К сожалению, на государственном уровне все было не так безоблачно. Председатель КрымЦИК, крымский татарин Вели Ибраимов, — один из четырех, уже упоминавшихся наркомов правительства 1921 года, человек малообразованный, но по-житейски сметливый и по-настоящему честный, столкнувшись с проводившейся советским правительством по отношению к национальным окраинам политикой — а она сводилась к использованию их как сырьевых придатков, хищническому разграблению их ресурсов и полному пренебрежению выгодами проживавших там народов, — попытался отстаивать интересы Крыма. Последствия оказались ужасными: органами ГПУ тут же был инспирирован мнимый заговор якобы с целью отторжения Крыма к Турции, Вели Ибраимов и многие крымскотатарские руководители арестованы и расстреляны (1928). Если до того членство в партии «Милли фирка» никому в вину не ставилось и она активно сотрудничала с советской властью, то 17 декабря 1928 года коллеги ОГПУ выносит запретительный приговор по делу «Милли фирка», а в январе 1931-го проводит массовые аресты. Как правило, ее члены впоследствии расстреливались.

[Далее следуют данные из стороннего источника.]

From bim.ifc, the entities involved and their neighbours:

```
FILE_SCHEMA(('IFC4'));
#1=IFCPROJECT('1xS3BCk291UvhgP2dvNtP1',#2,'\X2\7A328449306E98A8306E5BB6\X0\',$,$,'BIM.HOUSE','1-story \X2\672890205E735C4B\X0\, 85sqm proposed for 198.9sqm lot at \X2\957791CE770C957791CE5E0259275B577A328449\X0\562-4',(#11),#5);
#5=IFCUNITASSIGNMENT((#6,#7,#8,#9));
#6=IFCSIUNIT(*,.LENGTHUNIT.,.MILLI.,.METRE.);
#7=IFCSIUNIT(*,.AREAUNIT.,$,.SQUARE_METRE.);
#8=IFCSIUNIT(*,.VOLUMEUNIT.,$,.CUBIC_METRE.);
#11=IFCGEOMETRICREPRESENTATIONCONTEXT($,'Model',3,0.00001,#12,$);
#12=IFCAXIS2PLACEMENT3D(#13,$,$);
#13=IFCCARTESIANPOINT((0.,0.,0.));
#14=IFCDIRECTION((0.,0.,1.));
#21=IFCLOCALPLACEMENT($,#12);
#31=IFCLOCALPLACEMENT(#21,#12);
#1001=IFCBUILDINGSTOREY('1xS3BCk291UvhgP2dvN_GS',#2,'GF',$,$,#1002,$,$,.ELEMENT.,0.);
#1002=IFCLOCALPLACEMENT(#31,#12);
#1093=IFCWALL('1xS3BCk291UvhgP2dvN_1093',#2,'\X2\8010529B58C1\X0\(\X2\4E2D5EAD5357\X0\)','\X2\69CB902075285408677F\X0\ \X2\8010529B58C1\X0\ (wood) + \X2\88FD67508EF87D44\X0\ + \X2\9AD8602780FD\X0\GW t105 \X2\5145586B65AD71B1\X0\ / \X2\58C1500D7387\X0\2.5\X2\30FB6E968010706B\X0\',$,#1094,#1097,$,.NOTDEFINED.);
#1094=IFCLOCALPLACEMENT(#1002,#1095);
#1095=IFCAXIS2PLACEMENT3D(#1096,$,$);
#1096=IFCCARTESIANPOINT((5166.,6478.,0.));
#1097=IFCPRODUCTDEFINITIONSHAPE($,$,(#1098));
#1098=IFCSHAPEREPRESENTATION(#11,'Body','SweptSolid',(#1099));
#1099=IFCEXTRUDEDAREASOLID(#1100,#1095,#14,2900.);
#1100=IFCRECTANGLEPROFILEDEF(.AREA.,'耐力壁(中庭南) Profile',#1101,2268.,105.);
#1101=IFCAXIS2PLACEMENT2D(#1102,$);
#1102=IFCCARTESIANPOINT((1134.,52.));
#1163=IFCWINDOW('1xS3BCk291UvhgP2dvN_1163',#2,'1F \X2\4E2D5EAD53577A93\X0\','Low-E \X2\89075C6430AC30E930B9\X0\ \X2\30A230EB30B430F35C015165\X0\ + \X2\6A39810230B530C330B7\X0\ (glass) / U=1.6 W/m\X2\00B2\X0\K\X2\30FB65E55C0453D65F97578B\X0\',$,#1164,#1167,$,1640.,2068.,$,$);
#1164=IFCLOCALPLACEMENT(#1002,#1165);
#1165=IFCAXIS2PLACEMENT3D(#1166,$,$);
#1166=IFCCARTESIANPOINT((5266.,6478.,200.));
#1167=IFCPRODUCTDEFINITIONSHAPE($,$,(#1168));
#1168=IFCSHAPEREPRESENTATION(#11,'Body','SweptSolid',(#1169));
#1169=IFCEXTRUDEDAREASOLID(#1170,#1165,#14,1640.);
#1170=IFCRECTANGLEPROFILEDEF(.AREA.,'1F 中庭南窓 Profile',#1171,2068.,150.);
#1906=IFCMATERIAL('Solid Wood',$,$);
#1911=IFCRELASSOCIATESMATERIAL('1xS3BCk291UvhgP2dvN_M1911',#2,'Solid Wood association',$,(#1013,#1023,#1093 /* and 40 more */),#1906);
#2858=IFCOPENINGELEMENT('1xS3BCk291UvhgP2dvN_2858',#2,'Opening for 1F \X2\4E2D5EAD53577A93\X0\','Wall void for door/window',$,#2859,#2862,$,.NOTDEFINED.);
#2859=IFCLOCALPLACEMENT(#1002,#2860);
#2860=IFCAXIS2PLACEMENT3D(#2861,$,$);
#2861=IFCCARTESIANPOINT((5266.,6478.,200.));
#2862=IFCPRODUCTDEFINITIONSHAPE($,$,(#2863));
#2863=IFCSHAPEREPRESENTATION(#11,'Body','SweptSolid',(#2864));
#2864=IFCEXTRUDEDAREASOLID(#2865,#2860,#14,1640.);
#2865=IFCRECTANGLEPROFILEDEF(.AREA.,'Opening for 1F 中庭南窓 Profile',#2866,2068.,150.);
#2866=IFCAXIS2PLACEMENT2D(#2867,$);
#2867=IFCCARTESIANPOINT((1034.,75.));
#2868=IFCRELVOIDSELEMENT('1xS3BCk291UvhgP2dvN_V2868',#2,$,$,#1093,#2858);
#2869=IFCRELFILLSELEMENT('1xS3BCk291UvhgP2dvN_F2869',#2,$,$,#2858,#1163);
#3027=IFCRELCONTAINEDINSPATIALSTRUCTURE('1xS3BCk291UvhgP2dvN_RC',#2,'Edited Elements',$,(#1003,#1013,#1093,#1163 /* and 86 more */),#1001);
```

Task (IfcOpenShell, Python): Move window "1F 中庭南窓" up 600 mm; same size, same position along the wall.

```python
import numpy as np
import ifcopenshell
import ifcopenshell.api.geometry
import ifcopenshell.util.placement
import ifcopenshell.util.unit

model = ifcopenshell.open("bim.ifc")
unit_scale = ifcopenshell.util.unit.calculate_unit_scale(model)

window = model.by_guid("1xS3BCk291UvhgP2dvN_1163")
opening = window.FillsVoids[0].RelatingOpeningElement
dz = 600.0

shift = np.array([0.0, 0.0, dz])
# The window is not placed relative to its opening, so move both.
for product in (opening, window):
    matrix = ifcopenshell.util.placement.get_local_placement(product.ObjectPlacement)
    matrix[:3, 3] += shift
    ifcopenshell.api.geometry.edit_object_placement(model, product=product, matrix=matrix, is_si=False)

print(f"moved by {dz * unit_scale:+.3f} m")

model.write("bim_edited.ifc")
```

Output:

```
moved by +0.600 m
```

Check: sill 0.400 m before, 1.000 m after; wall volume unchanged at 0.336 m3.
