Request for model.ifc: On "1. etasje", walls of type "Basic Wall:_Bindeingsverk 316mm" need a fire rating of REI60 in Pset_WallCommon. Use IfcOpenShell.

First a look at what the model holds.

```python
import ifcopenshell
import ifcopenshell.util.element

model = ifcopenshell.open("model.ifc")
print(model.schema)
storey = next(s for s in model.by_type("IfcBuildingStorey") if s.Name == "1. etasje")
walls = [e for e in ifcopenshell.util.element.get_decomposition(storey) if e.is_a("IfcWall")]
seen = {}
for e in walls:
    element_type = ifcopenshell.util.element.get_type(e)
    key = (element_type.Name if element_type != e and element_type else None, ifcopenshell.util.element.get_pset(e, "Pset_WallCommon", "FireRating"))
    seen[key] = seen.get(key, 0) + 1
for (name, value), count in sorted(seen.items(), key=str):
    print(count, "x", name, "|", value)
```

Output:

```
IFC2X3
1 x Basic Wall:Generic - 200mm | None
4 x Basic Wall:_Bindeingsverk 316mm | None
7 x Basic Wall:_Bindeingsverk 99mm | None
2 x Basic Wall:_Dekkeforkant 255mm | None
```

```python
import ifcopenshell
import ifcopenshell.api.pset
import ifcopenshell.util.element

model = ifcopenshell.open("model.ifc")

storey = next(s for s in model.by_type("IfcBuildingStorey") if s.Name == "1. etasje")
walls = [e for e in ifcopenshell.util.element.get_decomposition(storey) if e.is_a("IfcWall")]

count = 0
for e in walls:
    element_type = ifcopenshell.util.element.get_type(e)
    if element_type in (None, e) or element_type.Name != "Basic Wall:_Bindeingsverk 316mm":
        continue
    # add_pset returns the element's existing set when there is one.
    pset = ifcopenshell.api.pset.add_pset(model, product=e, name="Pset_WallCommon")
    ifcopenshell.api.pset.edit_pset(model, pset=pset, properties={"FireRating": "REI60"})
    count += 1

print(count, "walls updated")

model.write("model_rev.ifc")
```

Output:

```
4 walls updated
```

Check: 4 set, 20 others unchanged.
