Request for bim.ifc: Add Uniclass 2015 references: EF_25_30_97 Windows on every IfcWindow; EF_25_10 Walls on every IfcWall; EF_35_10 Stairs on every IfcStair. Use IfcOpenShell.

First a look at what the model holds.

```python
import ifcopenshell

model = ifcopenshell.open("bim.ifc")
print(model.schema)
print("classifications:", [c.Name for c in model.by_type("IfcClassification")])
for ifc_class in ("IfcDoor", "IfcRoof", "IfcStair", "IfcWall", "IfcWindow"):
    print(ifc_class, len(model.by_type(ifc_class)))
```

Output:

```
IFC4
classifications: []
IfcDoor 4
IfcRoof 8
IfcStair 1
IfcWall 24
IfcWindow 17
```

```python
import ifcopenshell
import ifcopenshell.api.classification

model = ifcopenshell.open("bim.ifc")

system = ifcopenshell.api.classification.add_classification(model, classification="Uniclass 2015")

codes = {
    "IfcWindow": ("EF_25_30_97", "Windows"),
    "IfcWall": ("EF_25_10", "Walls"),
    "IfcStair": ("EF_35_10", "Stairs"),
}
for ifc_class, (code, name) in codes.items():
    products = model.by_type(ifc_class)
    ifcopenshell.api.classification.add_reference(
        model, products=products, classification=system, identification=code, name=name
    )
    print(code, len(products))

model.write("bim-out.ifc")
```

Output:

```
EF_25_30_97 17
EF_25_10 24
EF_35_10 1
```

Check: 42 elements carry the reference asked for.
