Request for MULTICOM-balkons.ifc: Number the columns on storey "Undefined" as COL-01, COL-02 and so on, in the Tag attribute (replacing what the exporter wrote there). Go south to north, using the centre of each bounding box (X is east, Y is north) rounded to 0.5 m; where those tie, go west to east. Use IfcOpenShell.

First a look at what the model holds.

```python
import ifcopenshell
import ifcopenshell.util.element
import ifcopenshell.util.placement

model = ifcopenshell.open("MULTICOM-balkons.ifc")
print(model.schema)
storey = next(s for s in model.by_type("IfcBuildingStorey") if s.Name == "Undefined")
columns = [e for e in ifcopenshell.util.element.get_decomposition(storey) if e.is_a("IfcColumn")]
for e in sorted(columns, key=lambda e: e.id()):
    origin = ifcopenshell.util.placement.get_local_placement(e.ObjectPlacement)[:3, 3]
    print(e.id(), e.Tag, e.Name, origin.round(2) + 0.0, sep=" | ")
```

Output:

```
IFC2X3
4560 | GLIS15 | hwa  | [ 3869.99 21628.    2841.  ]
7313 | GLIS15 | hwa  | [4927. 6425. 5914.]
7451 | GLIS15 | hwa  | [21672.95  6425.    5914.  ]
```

```python
import ifcopenshell
import ifcopenshell.geom
import ifcopenshell.util.element
import ifcopenshell.util.shape

model = ifcopenshell.open("MULTICOM-balkons.ifc")
settings = ifcopenshell.geom.settings()
settings.set("use-world-coords", True)


def centre(element):
    shape = ifcopenshell.geom.create_shape(settings, element)
    return ifcopenshell.util.shape.get_bbox_centroid(shape.geometry)


storey = next(s for s in model.by_type("IfcBuildingStorey") if s.Name == "Undefined")
columns = [e for e in ifcopenshell.util.element.get_decomposition(storey) if e.is_a("IfcColumn")]

# Insertion points can sit at a corner or the storey origin, so sort by the geometry (in metres).
centres = {e: centre(e) for e in columns}
columns.sort(key=lambda e: (round(centres[e][1] / 0.5), centres[e][0]))

for i, e in enumerate(columns, start=1):
    number = f"COL-{i:02d}"
    e.Tag = number
    print(e.id(), number)

model.write("MULTICOM-balkons_rev.ifc")
```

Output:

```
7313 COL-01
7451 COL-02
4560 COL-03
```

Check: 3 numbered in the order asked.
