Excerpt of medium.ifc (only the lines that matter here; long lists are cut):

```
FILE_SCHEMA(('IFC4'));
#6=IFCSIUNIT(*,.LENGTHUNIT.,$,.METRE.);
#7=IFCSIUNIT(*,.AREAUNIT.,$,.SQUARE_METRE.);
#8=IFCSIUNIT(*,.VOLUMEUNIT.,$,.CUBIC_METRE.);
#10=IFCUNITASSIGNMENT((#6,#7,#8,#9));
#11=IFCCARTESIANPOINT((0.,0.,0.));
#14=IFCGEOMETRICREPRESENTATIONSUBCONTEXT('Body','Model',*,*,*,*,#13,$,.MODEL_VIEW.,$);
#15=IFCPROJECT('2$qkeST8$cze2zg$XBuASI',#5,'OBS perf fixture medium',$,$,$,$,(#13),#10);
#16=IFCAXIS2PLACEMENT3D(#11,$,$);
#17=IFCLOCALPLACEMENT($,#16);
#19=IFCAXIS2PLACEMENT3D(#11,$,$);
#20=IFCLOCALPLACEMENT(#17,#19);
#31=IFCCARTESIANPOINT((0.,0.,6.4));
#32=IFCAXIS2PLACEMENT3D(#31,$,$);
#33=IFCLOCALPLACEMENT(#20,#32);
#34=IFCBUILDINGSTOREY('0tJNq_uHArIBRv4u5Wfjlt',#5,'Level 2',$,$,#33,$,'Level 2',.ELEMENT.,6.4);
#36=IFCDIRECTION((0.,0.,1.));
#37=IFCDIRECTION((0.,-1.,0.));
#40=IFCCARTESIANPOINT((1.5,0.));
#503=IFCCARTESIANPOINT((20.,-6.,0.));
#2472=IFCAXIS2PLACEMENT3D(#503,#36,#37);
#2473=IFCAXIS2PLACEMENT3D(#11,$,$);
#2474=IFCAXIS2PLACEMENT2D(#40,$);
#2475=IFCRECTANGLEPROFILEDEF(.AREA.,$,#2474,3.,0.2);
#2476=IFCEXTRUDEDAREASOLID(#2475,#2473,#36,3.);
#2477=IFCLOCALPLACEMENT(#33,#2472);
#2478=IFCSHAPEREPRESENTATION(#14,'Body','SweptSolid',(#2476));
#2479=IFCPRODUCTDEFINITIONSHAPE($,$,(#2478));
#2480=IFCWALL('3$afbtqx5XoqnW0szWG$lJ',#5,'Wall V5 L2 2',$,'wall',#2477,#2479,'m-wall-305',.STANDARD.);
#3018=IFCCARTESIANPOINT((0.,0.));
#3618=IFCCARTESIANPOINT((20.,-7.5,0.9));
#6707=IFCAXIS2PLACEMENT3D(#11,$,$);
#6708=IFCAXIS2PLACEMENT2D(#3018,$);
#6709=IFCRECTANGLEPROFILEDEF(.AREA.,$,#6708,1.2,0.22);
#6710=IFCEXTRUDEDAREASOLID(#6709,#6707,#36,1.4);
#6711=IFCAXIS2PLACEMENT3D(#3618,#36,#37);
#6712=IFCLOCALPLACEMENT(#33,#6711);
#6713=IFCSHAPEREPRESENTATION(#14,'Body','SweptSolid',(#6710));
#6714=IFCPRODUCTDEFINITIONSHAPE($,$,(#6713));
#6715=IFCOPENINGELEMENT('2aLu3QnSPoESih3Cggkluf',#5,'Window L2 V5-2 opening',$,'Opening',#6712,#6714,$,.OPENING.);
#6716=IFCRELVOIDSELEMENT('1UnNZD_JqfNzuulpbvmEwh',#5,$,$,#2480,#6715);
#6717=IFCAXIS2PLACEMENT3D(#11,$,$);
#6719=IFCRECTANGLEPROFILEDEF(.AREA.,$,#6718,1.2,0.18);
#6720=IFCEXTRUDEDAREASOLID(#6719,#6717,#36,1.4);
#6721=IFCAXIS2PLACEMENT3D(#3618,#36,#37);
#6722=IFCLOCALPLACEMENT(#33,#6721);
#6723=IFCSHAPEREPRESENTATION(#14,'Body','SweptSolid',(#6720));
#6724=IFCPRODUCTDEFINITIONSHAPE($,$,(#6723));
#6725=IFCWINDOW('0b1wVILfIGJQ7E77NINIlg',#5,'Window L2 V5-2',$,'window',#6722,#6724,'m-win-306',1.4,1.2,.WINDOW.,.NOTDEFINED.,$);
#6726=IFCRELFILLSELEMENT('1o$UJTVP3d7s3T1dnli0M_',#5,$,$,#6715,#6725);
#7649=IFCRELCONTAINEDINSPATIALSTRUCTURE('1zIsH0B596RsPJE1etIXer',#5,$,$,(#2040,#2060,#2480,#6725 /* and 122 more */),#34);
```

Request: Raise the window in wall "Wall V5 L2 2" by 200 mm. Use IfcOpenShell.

```python
import numpy as np
import ifcopenshell
import ifcopenshell.api.geometry
import ifcopenshell.util.placement
import ifcopenshell.util.unit

model = ifcopenshell.open("medium.ifc")
unit_scale = ifcopenshell.util.unit.calculate_unit_scale(model)

window = model.by_guid("0b1wVILfIGJQ7E77NINIlg")
opening = window.FillsVoids[0].RelatingOpeningElement
dz = 0.2 / unit_scale

shift = np.array([0.0, 0.0, dz])
# The window is not placed relative to its opening, so move both.
for product in (opening, window):
    matrix = ifcopenshell.util.placement.get_local_placement(product.ObjectPlacement)
    matrix[:3, 3] += shift
    ifcopenshell.api.geometry.edit_object_placement(model, product=product, matrix=matrix, is_si=False)

print(f"moved by {dz * unit_scale:+.3f} m")

model.write("medium_rev.ifc")
```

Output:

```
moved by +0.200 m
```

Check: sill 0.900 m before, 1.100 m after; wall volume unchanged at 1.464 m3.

Отец рассказывал, как однажды ночью был арестован и бесследно исчез его товарищ по Вольскому авиационному училищу, младший брат Вели Ибраимова. Было это в том же 1931 году.
В Крымском партархиве мне довелось читать протокол партийного собрания, где дружно осуждали какого-то коммуниста с татарской фамилией. В то врем делать записи по документам, не имеющим прямого отношения к официальной теме твоего исследования, запрещалось, а память фамилию не сохранила. Обвинялся он во всех мыслимых и немыслимых грехах: в связях с Турцией, «велиибраимовщине» и прочая и прочая. А все из-за того лишь, что как-то на собрании заметил: Москва, мол, из Крыма все фрукты за бесценок вывозит.
Война
Встретили ее в крымскотатарских семьях точно так же, как и во всех других. Никто не сомневался в скорой победе. Кто-то пошел на фронт добровольно, кого-то призвали в действующую армию, некоторых направили в истребительные батальоны — будущие партизанские отряды.
Осознав, что Перекопская оборона была эффективна только в гражданскую, да и то лишь когда ее держали белые, командование в самом срочном порядке стало готовиться к партизанской войне. В лес завозили продукты, боеприпасы. Делалось все наспех, без соблюдения мер секретности. Стоит ли удивляться, что уже в первые дни оккупации все продовольственные базы оказались разграбленными: что-то забрало население, что-то расхватали разбежавшиеся по домам отряды, что-то вывезли немцы. При этом проводниками у них служили как русские, так и крымские татары.
Тогда же выяснилось то, к чему совершенно не были готовы пропагандисты от ВКП(б): оказалось, что многие простые люди — старики, женщины и даже дети, в том числе и из крымских татар, совершенно не скорбят об утрате советской власти. Может быть, события приняли бы другой оборот, но, к сожалению, оказавшиеся без запасов еды партизанские отряды стали проводить «продовольственные операции», что фактически означало грабеж населения. В мемуарах бывшие партизанские командиры вынуждены признавать, что хотя они и старались изымать продукты и скот только у фашистских пособников, но в короткие минуты, когда с риском для жизни удавалось прорваться в село, было почти невозможно разобраться, пособнику ли принадлежит данная корова, нет ли, — брали все, что под руку попадалось.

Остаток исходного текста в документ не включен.